[[ Data to examine, beginning ]]
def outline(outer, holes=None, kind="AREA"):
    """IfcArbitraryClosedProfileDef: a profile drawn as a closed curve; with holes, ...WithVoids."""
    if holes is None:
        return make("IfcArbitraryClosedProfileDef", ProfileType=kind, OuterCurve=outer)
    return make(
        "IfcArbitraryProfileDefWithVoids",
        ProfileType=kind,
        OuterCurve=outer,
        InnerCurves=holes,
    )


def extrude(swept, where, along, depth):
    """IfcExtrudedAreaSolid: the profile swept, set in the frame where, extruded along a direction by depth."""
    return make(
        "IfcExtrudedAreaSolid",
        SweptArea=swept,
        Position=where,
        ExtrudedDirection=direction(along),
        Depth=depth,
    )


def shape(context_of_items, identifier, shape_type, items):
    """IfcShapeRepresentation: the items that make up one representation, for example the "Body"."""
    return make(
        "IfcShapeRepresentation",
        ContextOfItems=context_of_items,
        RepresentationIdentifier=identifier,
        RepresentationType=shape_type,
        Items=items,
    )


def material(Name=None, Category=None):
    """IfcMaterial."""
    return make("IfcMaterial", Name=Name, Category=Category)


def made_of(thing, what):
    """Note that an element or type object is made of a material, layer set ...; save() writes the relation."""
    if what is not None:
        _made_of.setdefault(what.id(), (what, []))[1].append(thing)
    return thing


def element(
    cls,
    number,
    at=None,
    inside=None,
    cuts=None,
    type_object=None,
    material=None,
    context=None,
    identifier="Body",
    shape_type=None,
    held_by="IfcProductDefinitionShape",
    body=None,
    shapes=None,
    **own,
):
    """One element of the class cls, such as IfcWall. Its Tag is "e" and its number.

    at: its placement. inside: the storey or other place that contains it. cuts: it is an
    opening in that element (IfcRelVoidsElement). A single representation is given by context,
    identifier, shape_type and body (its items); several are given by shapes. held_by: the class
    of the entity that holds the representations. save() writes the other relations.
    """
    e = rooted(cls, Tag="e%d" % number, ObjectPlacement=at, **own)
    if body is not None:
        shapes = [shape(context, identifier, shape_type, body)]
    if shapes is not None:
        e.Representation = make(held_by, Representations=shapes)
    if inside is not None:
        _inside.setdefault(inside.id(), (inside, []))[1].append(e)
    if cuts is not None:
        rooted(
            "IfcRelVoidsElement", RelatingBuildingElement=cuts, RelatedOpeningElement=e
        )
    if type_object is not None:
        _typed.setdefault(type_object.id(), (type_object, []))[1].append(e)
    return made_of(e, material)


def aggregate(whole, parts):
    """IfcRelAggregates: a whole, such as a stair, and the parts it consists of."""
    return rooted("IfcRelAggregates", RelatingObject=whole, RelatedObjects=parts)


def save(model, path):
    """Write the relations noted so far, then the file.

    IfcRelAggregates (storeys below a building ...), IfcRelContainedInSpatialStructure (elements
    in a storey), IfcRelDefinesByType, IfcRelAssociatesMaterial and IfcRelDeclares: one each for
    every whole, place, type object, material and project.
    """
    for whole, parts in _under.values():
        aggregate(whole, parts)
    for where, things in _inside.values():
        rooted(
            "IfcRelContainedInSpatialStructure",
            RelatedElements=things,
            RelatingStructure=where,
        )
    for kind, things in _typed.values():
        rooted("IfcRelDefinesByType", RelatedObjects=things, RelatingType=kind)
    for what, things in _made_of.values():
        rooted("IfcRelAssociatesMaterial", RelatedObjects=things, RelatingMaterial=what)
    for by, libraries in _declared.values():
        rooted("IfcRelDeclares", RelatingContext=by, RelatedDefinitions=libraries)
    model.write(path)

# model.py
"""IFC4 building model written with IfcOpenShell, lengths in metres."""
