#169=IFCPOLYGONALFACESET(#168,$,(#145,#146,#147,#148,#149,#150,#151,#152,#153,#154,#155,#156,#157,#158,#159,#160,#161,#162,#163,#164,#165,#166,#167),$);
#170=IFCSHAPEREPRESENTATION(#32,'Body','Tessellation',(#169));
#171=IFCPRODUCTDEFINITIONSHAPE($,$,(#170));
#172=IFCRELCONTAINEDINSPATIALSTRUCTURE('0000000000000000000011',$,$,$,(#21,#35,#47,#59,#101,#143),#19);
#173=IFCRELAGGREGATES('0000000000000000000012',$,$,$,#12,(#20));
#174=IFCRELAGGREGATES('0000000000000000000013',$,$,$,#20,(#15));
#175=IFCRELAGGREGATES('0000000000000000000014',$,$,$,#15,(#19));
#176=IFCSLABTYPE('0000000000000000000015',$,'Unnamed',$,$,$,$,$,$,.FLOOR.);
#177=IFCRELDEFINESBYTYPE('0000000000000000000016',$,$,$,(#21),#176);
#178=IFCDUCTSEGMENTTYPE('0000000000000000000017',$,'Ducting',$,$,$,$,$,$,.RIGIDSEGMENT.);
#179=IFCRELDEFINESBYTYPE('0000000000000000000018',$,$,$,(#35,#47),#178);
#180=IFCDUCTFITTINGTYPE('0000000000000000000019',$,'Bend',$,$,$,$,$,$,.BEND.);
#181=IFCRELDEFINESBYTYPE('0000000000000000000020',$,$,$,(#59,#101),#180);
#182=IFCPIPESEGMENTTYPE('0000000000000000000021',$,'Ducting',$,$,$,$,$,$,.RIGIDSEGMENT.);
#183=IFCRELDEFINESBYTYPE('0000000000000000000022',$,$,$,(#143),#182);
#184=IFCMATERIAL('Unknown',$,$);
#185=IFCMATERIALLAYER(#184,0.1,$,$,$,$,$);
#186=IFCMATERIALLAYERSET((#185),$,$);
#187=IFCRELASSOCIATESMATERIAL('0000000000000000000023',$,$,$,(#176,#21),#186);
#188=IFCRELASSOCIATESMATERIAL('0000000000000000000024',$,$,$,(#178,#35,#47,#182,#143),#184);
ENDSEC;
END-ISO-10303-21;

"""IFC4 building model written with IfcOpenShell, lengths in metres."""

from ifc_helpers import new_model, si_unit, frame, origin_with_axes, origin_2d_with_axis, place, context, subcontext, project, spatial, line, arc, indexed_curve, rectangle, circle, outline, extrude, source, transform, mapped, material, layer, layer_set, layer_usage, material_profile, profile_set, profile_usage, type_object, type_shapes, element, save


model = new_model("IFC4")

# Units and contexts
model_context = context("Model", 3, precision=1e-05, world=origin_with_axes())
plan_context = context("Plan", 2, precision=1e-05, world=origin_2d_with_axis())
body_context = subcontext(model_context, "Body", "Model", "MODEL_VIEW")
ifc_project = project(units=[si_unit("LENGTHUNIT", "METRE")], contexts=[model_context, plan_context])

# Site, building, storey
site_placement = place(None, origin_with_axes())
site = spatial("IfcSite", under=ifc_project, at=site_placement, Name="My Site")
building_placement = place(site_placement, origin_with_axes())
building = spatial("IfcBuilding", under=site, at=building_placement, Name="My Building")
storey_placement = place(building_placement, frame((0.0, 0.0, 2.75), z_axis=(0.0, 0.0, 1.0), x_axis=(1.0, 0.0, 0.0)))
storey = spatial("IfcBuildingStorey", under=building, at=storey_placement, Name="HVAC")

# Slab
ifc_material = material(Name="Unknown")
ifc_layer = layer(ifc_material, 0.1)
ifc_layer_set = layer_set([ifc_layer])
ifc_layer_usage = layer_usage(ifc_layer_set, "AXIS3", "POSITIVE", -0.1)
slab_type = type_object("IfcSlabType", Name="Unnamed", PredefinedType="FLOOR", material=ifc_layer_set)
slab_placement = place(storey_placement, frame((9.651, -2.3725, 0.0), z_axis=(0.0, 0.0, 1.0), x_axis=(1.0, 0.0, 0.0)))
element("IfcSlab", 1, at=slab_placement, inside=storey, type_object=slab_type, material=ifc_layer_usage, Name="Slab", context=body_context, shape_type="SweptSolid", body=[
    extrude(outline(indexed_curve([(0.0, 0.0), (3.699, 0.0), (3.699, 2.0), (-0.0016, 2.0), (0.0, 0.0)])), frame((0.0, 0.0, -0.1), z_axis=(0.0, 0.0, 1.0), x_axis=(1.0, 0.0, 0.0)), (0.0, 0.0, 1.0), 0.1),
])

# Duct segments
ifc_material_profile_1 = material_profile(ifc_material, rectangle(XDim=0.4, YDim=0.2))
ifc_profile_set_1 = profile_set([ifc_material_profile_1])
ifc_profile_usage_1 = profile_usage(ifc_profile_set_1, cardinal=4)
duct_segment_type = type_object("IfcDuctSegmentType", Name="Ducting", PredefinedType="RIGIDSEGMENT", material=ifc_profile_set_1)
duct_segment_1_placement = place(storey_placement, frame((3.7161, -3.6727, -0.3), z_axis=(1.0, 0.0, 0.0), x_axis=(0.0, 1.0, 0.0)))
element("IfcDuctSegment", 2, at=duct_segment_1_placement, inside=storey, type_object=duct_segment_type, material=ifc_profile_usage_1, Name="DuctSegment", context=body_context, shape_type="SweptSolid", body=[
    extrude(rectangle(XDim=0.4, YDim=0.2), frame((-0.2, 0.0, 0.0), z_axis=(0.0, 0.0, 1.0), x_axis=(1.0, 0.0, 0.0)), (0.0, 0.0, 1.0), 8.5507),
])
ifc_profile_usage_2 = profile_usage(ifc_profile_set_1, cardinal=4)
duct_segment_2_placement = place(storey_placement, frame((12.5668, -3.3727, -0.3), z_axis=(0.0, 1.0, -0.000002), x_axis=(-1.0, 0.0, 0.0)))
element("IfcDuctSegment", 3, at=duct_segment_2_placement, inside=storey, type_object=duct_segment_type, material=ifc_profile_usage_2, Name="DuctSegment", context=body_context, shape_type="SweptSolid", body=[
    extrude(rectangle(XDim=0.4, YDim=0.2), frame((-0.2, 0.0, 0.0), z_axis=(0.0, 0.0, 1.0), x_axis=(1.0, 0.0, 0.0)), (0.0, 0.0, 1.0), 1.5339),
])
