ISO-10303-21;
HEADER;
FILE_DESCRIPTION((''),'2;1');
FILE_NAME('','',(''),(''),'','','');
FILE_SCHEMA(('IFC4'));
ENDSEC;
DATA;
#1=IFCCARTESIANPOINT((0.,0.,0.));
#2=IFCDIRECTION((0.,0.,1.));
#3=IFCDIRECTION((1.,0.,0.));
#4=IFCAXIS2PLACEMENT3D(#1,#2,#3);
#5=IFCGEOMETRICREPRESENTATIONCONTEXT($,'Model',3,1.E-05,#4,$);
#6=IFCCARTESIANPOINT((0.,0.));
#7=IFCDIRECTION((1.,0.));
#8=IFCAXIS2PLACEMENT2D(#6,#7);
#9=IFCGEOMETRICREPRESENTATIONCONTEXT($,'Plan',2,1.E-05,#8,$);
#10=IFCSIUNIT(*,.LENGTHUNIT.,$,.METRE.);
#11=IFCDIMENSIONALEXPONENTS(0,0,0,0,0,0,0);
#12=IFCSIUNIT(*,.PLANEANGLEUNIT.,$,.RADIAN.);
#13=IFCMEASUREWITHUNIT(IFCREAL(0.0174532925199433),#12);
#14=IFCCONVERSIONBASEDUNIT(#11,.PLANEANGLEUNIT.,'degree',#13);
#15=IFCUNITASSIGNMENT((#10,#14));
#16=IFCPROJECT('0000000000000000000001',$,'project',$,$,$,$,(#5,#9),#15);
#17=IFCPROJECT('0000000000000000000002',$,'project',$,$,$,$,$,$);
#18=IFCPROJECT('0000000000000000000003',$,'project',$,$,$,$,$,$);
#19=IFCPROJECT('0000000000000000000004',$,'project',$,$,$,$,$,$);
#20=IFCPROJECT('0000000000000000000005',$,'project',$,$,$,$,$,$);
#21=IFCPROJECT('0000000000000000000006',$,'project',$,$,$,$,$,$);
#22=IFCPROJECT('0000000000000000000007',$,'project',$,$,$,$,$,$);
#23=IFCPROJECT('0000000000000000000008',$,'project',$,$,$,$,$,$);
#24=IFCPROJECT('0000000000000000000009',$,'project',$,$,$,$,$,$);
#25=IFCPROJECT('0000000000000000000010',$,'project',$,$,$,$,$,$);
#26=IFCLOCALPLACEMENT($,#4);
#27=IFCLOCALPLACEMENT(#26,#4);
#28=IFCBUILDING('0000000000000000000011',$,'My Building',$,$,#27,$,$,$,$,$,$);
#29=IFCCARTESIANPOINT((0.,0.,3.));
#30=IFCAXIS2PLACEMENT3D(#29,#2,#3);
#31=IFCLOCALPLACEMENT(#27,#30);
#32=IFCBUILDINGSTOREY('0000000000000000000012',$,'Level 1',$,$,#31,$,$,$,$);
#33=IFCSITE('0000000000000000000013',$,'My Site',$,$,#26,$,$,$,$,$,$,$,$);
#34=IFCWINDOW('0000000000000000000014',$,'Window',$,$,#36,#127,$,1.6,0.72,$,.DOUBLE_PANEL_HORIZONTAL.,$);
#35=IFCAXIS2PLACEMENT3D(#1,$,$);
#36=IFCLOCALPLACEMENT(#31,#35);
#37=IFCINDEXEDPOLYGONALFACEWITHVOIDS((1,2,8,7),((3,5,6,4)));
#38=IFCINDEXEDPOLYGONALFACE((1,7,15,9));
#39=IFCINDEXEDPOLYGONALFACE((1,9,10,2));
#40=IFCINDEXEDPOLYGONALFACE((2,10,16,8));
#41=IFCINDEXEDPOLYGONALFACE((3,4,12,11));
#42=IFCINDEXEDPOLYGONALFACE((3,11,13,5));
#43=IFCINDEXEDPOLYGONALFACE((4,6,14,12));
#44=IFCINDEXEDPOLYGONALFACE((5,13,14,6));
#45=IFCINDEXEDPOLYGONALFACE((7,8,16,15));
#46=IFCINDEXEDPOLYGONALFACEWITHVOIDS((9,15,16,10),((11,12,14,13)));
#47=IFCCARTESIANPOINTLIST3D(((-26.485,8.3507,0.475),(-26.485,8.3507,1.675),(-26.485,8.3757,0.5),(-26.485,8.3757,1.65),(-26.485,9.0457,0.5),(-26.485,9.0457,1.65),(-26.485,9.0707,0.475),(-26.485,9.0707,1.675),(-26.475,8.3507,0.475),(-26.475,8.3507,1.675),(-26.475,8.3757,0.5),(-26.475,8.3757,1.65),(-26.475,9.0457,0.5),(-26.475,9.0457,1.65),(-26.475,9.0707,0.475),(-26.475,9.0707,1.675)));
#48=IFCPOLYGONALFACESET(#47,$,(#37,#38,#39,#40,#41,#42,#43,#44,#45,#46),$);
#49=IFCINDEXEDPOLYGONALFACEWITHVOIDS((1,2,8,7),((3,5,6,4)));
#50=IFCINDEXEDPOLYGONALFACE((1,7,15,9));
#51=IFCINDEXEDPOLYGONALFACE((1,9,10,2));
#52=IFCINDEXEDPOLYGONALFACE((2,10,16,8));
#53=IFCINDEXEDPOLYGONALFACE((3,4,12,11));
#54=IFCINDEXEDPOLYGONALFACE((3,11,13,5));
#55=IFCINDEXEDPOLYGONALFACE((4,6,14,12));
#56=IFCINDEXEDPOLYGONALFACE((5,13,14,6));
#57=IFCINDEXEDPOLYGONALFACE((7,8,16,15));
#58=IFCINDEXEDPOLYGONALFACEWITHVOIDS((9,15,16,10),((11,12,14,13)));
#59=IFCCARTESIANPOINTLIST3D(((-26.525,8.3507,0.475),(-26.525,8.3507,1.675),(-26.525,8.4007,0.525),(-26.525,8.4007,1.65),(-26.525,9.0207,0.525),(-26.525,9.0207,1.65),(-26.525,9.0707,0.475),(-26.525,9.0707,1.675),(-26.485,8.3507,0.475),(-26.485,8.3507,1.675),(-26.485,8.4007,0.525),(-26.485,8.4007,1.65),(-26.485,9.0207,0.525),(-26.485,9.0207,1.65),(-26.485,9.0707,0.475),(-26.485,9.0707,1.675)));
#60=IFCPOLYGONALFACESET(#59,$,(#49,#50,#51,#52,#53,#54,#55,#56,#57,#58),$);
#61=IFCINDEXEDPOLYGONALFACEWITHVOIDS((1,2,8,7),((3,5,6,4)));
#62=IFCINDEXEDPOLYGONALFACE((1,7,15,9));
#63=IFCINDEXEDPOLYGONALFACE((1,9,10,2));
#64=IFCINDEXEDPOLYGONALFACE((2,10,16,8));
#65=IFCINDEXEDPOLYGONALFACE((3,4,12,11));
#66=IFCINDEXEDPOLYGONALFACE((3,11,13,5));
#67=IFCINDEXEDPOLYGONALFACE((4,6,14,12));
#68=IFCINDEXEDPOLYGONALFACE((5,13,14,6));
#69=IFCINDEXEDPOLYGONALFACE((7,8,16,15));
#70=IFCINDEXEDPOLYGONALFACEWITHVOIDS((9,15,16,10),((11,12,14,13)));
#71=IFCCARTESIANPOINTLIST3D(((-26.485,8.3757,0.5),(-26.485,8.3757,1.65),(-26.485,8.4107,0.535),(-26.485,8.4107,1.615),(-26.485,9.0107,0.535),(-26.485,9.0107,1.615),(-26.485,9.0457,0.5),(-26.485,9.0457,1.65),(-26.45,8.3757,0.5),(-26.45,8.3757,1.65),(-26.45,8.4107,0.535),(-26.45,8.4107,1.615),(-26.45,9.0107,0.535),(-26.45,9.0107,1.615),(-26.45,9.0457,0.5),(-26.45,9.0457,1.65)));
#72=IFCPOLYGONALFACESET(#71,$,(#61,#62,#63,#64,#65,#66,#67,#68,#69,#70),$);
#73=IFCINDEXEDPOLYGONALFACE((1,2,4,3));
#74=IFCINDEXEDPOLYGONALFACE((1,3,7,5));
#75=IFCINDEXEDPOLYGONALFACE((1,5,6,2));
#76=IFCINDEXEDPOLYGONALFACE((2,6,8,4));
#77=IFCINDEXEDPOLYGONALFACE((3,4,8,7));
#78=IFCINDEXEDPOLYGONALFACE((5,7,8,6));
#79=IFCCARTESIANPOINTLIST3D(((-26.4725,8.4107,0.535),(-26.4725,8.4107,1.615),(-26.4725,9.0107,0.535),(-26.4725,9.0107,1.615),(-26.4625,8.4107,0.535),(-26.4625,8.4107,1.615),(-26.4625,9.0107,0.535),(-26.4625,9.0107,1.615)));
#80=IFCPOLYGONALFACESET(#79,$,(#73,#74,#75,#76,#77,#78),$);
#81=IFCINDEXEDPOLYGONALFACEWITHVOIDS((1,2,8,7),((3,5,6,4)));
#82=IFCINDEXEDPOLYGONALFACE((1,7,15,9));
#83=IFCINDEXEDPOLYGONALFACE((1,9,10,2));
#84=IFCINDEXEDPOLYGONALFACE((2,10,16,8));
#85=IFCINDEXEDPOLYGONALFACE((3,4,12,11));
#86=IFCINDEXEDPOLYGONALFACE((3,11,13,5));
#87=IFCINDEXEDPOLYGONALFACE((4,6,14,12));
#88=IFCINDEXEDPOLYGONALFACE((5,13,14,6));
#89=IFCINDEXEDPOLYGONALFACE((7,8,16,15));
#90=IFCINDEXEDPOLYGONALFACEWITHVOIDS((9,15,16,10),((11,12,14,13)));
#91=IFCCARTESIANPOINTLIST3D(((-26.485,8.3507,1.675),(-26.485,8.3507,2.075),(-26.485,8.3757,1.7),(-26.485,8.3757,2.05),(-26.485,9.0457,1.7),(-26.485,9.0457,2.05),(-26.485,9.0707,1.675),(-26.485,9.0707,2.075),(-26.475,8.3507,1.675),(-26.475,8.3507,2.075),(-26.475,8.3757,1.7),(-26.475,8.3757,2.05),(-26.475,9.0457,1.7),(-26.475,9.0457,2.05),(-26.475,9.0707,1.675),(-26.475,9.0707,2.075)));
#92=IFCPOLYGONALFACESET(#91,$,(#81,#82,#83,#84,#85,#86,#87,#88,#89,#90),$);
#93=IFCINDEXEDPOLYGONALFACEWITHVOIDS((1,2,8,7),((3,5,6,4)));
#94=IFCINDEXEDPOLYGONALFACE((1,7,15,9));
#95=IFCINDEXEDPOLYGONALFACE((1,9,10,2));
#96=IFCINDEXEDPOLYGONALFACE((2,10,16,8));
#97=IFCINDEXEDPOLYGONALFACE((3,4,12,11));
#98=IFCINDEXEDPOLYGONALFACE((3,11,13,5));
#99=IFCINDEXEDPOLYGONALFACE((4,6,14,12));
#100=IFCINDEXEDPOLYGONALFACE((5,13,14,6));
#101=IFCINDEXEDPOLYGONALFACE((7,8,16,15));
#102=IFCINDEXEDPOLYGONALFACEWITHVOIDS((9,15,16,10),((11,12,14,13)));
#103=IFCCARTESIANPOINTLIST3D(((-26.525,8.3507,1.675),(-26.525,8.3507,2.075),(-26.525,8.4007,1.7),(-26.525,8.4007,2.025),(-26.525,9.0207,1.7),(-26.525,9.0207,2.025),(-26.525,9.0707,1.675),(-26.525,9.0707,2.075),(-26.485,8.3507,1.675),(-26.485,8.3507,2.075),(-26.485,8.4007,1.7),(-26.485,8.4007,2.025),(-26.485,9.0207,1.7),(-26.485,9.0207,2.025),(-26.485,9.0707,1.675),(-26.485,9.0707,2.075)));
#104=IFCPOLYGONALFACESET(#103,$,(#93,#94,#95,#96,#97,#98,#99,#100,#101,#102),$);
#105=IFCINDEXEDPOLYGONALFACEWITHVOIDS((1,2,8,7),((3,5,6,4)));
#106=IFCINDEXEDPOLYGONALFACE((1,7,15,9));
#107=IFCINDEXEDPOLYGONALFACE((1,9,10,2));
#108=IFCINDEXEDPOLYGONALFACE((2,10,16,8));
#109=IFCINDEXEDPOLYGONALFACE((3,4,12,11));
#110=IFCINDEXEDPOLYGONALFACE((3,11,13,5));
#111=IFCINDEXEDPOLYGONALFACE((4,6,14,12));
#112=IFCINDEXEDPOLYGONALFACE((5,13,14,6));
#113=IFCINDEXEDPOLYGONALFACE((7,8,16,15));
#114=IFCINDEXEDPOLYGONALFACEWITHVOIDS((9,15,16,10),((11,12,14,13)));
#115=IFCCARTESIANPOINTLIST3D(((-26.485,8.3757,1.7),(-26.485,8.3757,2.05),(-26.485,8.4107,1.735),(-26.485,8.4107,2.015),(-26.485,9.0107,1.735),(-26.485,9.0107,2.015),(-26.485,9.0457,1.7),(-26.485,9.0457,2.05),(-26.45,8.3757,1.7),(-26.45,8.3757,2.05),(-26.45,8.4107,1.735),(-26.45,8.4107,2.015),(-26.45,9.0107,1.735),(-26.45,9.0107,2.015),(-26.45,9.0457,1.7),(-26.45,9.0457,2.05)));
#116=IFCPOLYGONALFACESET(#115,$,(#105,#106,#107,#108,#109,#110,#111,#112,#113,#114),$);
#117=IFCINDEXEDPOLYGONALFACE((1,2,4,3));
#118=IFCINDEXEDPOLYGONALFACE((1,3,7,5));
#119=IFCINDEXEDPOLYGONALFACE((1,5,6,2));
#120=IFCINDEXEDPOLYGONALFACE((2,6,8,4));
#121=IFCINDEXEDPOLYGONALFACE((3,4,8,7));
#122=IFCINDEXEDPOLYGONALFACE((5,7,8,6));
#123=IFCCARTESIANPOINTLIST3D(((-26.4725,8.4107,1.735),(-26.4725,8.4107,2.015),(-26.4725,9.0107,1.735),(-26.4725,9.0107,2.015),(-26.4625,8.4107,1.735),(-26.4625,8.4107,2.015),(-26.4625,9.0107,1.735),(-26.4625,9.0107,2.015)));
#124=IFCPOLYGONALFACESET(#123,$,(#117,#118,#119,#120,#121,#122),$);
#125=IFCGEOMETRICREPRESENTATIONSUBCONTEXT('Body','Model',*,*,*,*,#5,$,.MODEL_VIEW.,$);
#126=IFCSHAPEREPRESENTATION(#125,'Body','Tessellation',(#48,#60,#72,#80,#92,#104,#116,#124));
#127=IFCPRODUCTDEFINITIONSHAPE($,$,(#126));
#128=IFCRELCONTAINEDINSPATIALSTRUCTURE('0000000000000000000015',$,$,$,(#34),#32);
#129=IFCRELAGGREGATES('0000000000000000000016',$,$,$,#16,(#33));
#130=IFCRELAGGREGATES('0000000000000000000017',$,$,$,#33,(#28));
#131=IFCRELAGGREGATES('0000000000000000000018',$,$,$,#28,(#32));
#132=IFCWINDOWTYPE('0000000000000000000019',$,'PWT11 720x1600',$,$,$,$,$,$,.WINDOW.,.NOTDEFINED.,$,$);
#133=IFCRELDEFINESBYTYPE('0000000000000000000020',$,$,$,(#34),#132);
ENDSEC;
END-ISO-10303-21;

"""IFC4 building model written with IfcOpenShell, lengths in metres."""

from ifc_helpers import new_model, entity, si_unit, converted_unit, frame, origin_with_axes, origin_2d_with_axis, place, context, subcontext, project, spatial, line, indexed_curve, outline, extrude, shape, source, transform, mapped, type_object, type_shapes, element, save


model = new_model("IFC4")

# Units and contexts
model_context = context("Model", 3, precision=1e-05, world=origin_with_axes())
plan_context = context("Plan", 2, precision=1e-05, world=origin_2d_with_axis())
body_context_1 = subcontext(model_context, "Body", "Model", "MODEL_VIEW")
body_context_2 = subcontext(plan_context, "Body", "Plan", "PLAN_VIEW")
ifc_project_1 = project(units=[si_unit("LENGTHUNIT", "METRE"), converted_unit("PLANEANGLEUNIT", "degree", entity("IfcReal", 0.0174532925199433), si_unit("PLANEANGLEUNIT", "RADIAN"), dimensions=[0, 0, 0, 0, 0, 0, 0])], contexts=[model_context, plan_context])
ifc_project_2 = project()
ifc_project_3 = project()
ifc_project_4 = project()
ifc_project_5 = project()
ifc_project_6 = project()
ifc_project_7 = project()
ifc_project_8 = project()
ifc_project_9 = project()
ifc_project_10 = project()

# Site, building, storey
site_placement = place(None, origin_with_axes())
site = spatial("IfcSite", under=ifc_project_1, at=site_placement, Name="My Site")
building_placement = place(site_placement, origin_with_axes())
building = spatial("IfcBuilding", under=site, at=building_placement, Name="My Building")
storey_placement = place(building_placement, frame((0.0, 0.0, 3.0), z_axis=(0.0, 0.0, 1.0), x_axis=(1.0, 0.0, 0.0)))
storey = spatial("IfcBuildingStorey", under=building, at=storey_placement, Name="Level 1")

# Window
window_type_1 = type_object("IfcWindowType", Name="PWT11 720x1600", PartitioningType="NOTDEFINED", PredefinedType="WINDOW")
shared_shape_1 = source(origin_with_axes(), body_context_1, "Body", "SweptSolid", [
    extrude(outline(indexed_curve([(0.0, 0.0), (0.72, 0.0), (0.72, 1.2), (0.0, 1.2)], segments=[line(1, 2, 2, 3, 3, 4, 4, 1)]), holes=[indexed_curve([(0.025, 0.025), (0.695, 0.025), (0.695, 1.175), (0.025, 1.175)], segments=[line(1, 2, 2, 3, 3, 4, 4, 1)])]), frame((0.0, 0.04, 0.0), z_axis=(0.0, -1.0, 0.0), x_axis=(1.0, 0.0, 0.0)), (0.0, 0.0, -1.0), 0.01),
[[ Data to examine, end ]]
• _What is required_
Write out every line from the data above that includes "libraries".

• _Response box_
    for by, libraries in _declared.values():
        rooted("IfcRelDeclares", RelatingContext=by, RelatedDefinitions=libraries)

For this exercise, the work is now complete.